Puppy-blender in USA Today
Though the news is filled with stories of riots and a pandemic, the most transformative things going on at present are in a totally different sphere. One of those things is pretty obvious, the other less so.
The obvious transformation involves SpaceX’s successful launch of a human crew into orbit, the first such launch involving an American spacecraft in nearly a decade, and the first such launch ever by a commercial spacecraft.
D. D. Harriman to the white courtesy phone
This is huge, but in a sense, nothing new: We were launching people into orbit over 50 years ago, after all. SpaceX’s Crew Dragon capsule is bigger and fancier than a Gemini, but the mission profile is not all that different. And of course, our last mission to orbit, on board a space shuttle, was basically old hat itself.
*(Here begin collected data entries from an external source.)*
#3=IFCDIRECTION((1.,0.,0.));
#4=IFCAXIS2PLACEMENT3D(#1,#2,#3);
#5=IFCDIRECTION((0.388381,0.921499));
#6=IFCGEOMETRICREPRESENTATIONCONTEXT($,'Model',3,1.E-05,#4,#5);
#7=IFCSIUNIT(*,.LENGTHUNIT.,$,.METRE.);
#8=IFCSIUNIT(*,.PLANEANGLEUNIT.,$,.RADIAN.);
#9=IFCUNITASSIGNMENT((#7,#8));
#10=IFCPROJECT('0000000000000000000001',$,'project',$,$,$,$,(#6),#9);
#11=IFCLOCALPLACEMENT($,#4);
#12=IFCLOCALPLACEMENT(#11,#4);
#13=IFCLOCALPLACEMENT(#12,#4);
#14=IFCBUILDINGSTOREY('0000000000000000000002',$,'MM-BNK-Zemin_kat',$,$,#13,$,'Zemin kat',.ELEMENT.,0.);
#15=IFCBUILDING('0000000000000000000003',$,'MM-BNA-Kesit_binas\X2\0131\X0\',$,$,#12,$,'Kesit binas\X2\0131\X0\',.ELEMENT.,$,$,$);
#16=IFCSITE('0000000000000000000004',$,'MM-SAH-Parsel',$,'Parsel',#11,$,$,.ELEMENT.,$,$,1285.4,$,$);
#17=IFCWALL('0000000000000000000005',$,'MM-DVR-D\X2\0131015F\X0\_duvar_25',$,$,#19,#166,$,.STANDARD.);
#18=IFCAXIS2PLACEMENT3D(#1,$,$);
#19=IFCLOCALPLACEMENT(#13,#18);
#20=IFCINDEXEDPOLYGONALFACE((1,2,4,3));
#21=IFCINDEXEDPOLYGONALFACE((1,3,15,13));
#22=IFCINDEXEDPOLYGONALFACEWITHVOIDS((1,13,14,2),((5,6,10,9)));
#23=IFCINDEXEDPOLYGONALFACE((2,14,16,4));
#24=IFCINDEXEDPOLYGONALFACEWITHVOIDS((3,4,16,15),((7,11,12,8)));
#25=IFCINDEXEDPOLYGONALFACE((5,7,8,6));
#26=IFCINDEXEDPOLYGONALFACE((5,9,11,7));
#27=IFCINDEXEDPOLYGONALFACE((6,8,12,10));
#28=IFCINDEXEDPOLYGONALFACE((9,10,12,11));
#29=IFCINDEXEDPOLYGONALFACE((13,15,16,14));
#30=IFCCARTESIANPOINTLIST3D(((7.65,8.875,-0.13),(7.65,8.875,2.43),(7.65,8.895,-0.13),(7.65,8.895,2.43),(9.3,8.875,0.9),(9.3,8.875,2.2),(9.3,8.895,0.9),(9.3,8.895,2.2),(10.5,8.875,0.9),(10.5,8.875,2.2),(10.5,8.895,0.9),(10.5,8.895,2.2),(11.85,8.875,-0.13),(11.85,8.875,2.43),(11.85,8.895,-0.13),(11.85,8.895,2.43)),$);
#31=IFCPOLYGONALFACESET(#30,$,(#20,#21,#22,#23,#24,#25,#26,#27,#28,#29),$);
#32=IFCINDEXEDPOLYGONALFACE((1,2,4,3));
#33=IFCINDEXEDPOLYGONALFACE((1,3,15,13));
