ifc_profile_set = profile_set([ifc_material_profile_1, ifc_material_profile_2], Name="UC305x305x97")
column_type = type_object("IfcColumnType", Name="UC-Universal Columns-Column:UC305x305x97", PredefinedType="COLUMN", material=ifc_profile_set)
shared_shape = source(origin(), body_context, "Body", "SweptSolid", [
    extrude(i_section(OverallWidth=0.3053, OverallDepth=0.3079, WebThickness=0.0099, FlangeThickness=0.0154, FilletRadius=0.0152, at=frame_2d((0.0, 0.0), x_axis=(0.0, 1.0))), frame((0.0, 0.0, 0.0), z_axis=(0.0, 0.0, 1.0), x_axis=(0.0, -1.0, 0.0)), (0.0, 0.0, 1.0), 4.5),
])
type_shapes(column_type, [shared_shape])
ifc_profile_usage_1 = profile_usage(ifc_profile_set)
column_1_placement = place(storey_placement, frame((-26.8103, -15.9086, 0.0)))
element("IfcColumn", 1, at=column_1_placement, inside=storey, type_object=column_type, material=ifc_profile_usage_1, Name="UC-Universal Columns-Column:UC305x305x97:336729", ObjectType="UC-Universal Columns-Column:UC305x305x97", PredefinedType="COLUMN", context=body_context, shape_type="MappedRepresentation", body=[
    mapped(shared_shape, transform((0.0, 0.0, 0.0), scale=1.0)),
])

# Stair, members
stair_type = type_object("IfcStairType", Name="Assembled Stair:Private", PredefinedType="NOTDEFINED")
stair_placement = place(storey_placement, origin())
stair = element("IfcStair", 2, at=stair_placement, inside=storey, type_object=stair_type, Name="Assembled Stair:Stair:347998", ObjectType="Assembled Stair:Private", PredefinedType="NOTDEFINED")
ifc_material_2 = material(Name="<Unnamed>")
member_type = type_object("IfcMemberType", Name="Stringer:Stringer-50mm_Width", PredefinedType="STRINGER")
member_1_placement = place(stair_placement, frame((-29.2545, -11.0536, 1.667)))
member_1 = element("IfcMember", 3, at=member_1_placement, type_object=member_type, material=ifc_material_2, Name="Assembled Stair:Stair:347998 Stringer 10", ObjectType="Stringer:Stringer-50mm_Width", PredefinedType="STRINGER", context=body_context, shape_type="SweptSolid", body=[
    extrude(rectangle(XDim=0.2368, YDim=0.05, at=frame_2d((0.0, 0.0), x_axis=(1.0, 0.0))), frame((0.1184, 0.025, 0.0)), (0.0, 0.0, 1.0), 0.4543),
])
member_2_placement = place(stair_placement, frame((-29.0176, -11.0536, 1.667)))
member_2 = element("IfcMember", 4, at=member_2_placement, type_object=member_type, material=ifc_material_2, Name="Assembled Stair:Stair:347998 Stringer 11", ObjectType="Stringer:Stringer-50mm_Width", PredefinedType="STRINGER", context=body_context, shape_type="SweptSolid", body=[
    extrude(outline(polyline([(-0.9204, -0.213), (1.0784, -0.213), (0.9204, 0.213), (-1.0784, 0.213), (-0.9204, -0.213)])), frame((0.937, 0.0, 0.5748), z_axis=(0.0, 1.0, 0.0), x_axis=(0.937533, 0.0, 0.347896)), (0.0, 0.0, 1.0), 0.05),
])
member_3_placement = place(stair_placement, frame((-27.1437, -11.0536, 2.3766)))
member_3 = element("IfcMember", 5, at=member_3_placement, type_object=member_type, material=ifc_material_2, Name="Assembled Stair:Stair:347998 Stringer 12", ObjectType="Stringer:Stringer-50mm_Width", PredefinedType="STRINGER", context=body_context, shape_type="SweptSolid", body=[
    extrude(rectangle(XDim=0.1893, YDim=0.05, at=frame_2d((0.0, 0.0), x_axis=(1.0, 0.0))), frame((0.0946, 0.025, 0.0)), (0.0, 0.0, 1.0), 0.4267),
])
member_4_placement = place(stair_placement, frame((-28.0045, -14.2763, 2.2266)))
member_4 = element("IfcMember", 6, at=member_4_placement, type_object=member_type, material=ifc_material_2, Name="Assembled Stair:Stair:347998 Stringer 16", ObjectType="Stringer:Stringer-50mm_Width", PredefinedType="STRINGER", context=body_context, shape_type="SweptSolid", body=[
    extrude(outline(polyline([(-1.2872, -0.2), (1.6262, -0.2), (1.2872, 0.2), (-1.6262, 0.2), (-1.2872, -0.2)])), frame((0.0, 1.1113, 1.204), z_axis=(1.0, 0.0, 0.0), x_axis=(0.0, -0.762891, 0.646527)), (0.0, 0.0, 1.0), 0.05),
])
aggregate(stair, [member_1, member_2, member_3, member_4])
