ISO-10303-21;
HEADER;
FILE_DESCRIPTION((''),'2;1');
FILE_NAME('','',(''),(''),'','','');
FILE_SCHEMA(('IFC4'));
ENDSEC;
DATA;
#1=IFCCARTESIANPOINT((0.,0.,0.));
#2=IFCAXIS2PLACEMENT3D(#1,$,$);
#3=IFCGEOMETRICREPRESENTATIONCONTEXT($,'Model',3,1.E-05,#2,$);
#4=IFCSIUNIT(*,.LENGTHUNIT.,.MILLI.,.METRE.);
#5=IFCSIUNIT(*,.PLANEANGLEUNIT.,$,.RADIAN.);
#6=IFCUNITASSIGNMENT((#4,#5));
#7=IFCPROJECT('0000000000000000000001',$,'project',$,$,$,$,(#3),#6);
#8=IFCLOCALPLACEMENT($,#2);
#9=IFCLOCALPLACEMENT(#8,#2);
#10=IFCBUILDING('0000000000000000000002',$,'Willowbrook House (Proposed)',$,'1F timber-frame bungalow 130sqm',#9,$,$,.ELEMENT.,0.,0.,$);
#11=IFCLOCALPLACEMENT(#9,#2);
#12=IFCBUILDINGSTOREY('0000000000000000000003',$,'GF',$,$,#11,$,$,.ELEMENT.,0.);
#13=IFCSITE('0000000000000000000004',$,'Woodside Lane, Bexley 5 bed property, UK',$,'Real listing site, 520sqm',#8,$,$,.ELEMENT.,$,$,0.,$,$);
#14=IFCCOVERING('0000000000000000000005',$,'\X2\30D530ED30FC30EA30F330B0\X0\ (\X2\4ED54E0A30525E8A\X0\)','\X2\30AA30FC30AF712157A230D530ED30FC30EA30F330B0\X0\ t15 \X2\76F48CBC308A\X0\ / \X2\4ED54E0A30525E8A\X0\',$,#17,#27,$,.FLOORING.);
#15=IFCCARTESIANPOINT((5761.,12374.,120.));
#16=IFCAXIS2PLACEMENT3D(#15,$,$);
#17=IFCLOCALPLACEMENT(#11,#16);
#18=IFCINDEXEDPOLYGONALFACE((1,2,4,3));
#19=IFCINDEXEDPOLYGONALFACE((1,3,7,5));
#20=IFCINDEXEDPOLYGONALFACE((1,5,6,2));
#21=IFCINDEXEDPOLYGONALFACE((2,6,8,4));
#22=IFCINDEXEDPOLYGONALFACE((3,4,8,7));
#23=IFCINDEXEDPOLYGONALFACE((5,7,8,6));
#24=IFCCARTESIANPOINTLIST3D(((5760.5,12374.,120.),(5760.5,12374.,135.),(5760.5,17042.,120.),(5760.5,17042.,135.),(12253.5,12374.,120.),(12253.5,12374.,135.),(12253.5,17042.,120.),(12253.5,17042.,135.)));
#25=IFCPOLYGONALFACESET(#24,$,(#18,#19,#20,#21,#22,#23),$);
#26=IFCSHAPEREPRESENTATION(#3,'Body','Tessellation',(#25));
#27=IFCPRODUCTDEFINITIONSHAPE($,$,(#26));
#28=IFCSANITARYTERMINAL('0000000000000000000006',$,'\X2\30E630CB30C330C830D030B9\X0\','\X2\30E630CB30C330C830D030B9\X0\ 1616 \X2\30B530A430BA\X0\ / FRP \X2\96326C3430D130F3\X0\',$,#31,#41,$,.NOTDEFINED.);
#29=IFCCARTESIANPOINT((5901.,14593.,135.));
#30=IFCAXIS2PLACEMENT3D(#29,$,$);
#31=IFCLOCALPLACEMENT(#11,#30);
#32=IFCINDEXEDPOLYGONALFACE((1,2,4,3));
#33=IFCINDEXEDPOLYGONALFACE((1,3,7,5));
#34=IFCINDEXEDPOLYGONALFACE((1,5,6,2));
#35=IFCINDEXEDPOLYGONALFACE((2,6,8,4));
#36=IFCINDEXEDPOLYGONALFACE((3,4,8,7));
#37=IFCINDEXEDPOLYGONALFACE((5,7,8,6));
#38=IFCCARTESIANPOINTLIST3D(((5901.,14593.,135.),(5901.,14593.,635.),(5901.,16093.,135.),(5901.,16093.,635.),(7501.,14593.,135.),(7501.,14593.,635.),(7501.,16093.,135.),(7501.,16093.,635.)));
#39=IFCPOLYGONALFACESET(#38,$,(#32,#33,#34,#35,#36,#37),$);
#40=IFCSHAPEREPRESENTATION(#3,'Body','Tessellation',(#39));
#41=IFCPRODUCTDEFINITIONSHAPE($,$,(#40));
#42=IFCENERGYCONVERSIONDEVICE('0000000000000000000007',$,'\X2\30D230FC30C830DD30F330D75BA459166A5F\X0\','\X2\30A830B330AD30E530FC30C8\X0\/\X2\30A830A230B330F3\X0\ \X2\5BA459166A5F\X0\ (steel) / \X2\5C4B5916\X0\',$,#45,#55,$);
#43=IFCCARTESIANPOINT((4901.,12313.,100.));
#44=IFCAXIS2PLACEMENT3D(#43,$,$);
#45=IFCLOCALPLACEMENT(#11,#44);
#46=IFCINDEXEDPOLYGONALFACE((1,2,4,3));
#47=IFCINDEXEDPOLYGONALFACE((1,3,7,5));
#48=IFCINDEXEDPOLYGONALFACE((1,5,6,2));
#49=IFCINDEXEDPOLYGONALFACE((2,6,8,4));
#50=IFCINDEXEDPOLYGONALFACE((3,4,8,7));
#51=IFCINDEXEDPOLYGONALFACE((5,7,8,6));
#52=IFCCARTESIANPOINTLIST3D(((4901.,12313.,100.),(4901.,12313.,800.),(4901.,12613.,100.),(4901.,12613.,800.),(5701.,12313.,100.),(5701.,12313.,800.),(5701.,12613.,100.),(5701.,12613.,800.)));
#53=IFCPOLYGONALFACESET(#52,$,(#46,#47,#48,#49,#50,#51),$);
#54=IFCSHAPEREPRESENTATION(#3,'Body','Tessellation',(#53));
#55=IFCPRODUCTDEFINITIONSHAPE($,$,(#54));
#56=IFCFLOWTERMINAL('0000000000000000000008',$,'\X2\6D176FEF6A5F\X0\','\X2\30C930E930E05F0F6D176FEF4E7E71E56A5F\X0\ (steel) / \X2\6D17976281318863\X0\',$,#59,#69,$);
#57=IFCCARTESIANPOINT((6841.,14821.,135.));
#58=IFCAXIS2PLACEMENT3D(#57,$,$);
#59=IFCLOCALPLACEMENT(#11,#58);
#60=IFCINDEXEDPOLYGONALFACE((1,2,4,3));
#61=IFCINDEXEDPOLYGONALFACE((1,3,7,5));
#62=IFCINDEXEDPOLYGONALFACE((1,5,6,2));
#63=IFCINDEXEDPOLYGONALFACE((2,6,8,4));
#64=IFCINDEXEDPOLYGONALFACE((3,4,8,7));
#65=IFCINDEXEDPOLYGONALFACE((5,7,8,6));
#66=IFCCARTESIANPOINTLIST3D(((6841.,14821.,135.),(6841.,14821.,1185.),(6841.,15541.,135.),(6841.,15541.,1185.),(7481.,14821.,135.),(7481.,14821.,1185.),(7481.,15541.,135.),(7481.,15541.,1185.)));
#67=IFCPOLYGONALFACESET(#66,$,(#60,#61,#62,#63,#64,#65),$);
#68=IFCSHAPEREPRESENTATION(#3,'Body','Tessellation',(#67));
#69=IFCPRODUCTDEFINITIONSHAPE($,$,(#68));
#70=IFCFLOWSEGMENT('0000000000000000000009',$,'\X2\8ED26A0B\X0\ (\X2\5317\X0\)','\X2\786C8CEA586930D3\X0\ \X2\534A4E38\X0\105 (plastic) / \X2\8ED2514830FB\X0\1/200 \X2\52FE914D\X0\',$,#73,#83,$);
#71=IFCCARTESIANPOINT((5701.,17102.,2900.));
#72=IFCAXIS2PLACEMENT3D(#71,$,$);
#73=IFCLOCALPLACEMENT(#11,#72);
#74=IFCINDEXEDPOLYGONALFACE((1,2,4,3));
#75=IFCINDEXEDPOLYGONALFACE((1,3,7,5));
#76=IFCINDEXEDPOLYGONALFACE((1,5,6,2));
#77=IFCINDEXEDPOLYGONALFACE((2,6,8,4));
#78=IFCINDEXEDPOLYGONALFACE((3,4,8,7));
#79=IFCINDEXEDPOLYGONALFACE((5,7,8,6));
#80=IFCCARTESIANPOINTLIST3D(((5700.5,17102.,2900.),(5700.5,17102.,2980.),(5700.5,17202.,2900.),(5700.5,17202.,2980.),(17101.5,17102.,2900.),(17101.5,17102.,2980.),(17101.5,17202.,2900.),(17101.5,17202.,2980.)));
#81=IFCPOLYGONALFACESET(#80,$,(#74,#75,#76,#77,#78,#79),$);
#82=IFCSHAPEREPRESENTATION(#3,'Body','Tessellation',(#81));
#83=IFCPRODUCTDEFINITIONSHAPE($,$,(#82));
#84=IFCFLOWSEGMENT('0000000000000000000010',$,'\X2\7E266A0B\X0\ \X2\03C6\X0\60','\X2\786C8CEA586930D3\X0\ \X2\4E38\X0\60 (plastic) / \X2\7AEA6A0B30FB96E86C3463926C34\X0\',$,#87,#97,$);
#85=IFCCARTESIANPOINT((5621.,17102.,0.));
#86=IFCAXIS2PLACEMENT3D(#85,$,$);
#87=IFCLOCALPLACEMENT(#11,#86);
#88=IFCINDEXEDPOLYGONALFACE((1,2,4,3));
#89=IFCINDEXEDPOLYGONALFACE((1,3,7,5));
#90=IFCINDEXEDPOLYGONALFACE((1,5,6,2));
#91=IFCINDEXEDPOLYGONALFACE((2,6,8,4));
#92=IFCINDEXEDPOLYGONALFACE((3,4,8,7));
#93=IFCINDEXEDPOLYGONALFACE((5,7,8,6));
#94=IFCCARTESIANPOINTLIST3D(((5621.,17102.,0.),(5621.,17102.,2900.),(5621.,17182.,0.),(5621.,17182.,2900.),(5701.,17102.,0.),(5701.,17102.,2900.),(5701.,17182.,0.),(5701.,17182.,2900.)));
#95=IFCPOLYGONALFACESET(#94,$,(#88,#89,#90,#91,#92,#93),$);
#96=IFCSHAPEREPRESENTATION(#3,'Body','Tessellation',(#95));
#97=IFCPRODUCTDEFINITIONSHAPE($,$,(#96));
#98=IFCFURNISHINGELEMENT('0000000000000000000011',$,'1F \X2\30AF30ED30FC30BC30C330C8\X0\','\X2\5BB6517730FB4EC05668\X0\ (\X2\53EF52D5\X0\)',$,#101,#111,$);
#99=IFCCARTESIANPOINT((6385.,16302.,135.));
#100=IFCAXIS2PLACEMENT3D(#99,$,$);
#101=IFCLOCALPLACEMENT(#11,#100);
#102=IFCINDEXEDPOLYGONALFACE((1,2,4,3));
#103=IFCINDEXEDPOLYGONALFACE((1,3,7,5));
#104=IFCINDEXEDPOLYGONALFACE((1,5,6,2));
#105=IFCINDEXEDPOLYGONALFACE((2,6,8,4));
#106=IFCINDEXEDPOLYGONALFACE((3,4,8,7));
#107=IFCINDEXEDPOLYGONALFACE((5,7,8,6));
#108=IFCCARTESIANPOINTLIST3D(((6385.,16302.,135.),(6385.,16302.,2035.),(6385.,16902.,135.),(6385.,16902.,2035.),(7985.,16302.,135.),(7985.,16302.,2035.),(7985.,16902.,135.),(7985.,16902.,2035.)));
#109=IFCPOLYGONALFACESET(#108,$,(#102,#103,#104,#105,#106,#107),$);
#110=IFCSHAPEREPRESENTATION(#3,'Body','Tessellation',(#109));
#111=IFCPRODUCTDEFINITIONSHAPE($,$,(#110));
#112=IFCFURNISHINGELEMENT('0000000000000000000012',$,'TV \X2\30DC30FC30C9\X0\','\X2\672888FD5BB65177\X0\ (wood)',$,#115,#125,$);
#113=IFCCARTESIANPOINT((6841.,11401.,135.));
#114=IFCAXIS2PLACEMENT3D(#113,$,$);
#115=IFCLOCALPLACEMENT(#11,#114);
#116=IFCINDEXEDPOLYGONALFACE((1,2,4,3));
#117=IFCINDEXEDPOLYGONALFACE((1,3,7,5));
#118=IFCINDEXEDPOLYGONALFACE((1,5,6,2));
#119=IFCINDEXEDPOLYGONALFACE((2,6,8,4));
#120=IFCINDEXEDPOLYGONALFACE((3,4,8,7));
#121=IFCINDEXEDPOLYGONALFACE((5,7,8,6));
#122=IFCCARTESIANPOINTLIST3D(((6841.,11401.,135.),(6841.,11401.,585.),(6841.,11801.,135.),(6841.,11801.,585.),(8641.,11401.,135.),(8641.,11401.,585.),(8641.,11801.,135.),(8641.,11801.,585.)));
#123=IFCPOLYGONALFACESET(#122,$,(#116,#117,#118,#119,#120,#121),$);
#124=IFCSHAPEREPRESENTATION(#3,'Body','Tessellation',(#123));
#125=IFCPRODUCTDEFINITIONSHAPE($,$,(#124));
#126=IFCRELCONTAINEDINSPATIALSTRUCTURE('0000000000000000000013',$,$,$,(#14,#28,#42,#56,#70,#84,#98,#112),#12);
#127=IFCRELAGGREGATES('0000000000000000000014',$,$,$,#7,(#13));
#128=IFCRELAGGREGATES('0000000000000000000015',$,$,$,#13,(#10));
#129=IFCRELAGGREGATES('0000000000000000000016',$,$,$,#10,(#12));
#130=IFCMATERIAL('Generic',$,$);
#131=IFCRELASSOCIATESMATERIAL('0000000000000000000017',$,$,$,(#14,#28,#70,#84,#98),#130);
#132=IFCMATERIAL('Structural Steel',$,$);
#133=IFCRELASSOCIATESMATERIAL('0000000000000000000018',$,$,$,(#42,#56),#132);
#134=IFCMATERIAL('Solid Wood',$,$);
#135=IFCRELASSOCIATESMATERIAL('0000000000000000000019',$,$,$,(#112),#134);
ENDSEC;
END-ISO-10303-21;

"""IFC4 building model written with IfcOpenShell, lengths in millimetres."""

from ifc_helpers import new_model, si_unit, frame, frame_2d, origin, place, context, project, spatial, rectangle, extrude, material, element, save


model = new_model("IFC4")

# Units and contexts
model_context = context("Model", 3, precision=1e-05, world=origin())
ifc_project = project(units=[si_unit("LENGTHUNIT", "METRE", prefix="MILLI"), si_unit("PLANEANGLEUNIT", "RADIAN")], contexts=[model_context])

# Site, building, storey
site_placement = place(None, origin())
site = spatial("IfcSite", under=ifc_project, at=site_placement, Name="Woodside Lane, Bexley 5 bed property, UK", ObjectType="Real listing site, 520sqm", CompositionType="ELEMENT", RefElevation=0.0)
building_placement = place(site_placement, origin())
building = spatial("IfcBuilding", under=site, at=building_placement, Name="Willowbrook House (Proposed)", ObjectType="1F timber-frame bungalow 130sqm", CompositionType="ELEMENT", ElevationOfRefHeight=0.0, ElevationOfTerrain=0.0)
storey_placement = place(building_placement, origin())
storey = spatial("IfcBuildingStorey", under=building, at=storey_placement, Name="GF", CompositionType="ELEMENT", Elevation=0.0)

# Shared definitions
ifc_material_1 = material(Name="Solid Wood")

# Shared definitions
ifc_material_2 = material(Name="Structural Steel")

# Covering
ifc_material_3 = material(Name="Generic")
covering_placement = place(storey_placement, frame((5761.0, 12374.0, 120.0)))
element("IfcCovering", 1, at=covering_placement, inside=storey, material=ifc_material_3, Name="フローリング (仕上げ床)", Description="オーク無垢フローリング t15 直貼り / 仕上げ床", PredefinedType="FLOORING", context=model_context, shape_type="SweptSolid", body=[
    extrude(rectangle(XDim=6493.0, YDim=4668.0, at=frame_2d((3246.0, 2334.0))), frame((5761.0, 12374.0, 120.0)), (0.0, 0.0, 1.0), 15.0),
])

# Sanitary terminal
sanitary_terminal_placement = place(storey_placement, frame((5901.0, 14593.0, 135.0)))
element("IfcSanitaryTerminal", 2, at=sanitary_terminal_placement, inside=storey, material=ifc_material_3, Name="ユニットバス", Description="ユニットバス 1616 サイズ / FRP 防水パン", PredefinedType="NOTDEFINED", context=model_context, shape_type="SweptSolid", body=[
    extrude(rectangle(XDim=1600.0, YDim=1500.0, at=frame_2d((800.0, 750.0))), frame((5901.0, 14593.0, 135.0)), (0.0, 0.0, 1.0), 500.0),
])

# Energy conversion device
energy_conversion_device_placement = place(storey_placement, frame((4901.0, 12313.0, 100.0)))
element("IfcEnergyConversionDevice", 3, at=energy_conversion_device_placement, inside=storey, material=ifc_material_2, Name="ヒートポンプ室外機", Description="エコキュート/エアコン 室外機 (steel) / 屋外", context=model_context, shape_type="SweptSolid", body=[
    extrude(rectangle(XDim=800.0, YDim=300.0, at=frame_2d((400.0, 150.0))), frame((4901.0, 12313.0, 100.0)), (0.0, 0.0, 1.0), 700.0),
])

# Flow terminal
flow_terminal_placement = place(storey_placement, frame((6841.0, 14821.0, 135.0)))
element("IfcFlowTerminal", 4, at=flow_terminal_placement, inside=storey, material=ifc_material_2, Name="洗濯機", Description="ドラム式洗濯乾燥機 (steel) / 洗面脱衣", context=model_context, shape_type="SweptSolid", body=[
    extrude(rectangle(XDim=640.0, YDim=720.0, at=frame_2d((320.0, 360.0))), frame((6841.0, 14821.0, 135.0)), (0.0, 0.0, 1.0), 1050.0),
])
But SpaceX is doing it for much less, and that’s revolutionary. To get a kilogram into orbit on the space shuttle costs $54,500. To do the same thing with SpaceX’s newest rocket, the Falcon 9, costs $2,720. That’s basically a twenty-fold reduction in cost.
Lots of things that are too expensive to do at $54,500 become doable at $2,720. And SpaceX isn’t standing still. Its Starship reusable rocket, under development now, is to cost a mere $2 million per launch, and Elon Musk says its cost per kilogram to orbit will be at least 10 times lower than the Falcon 9. There are a lot more things that become doable at $272 per kilogram. At those prices, things like space tourism, space hotels, lunar mines and asteroid mining become feasible.
Unless, of course, commercial space companies will be subject to affirmative action quotas.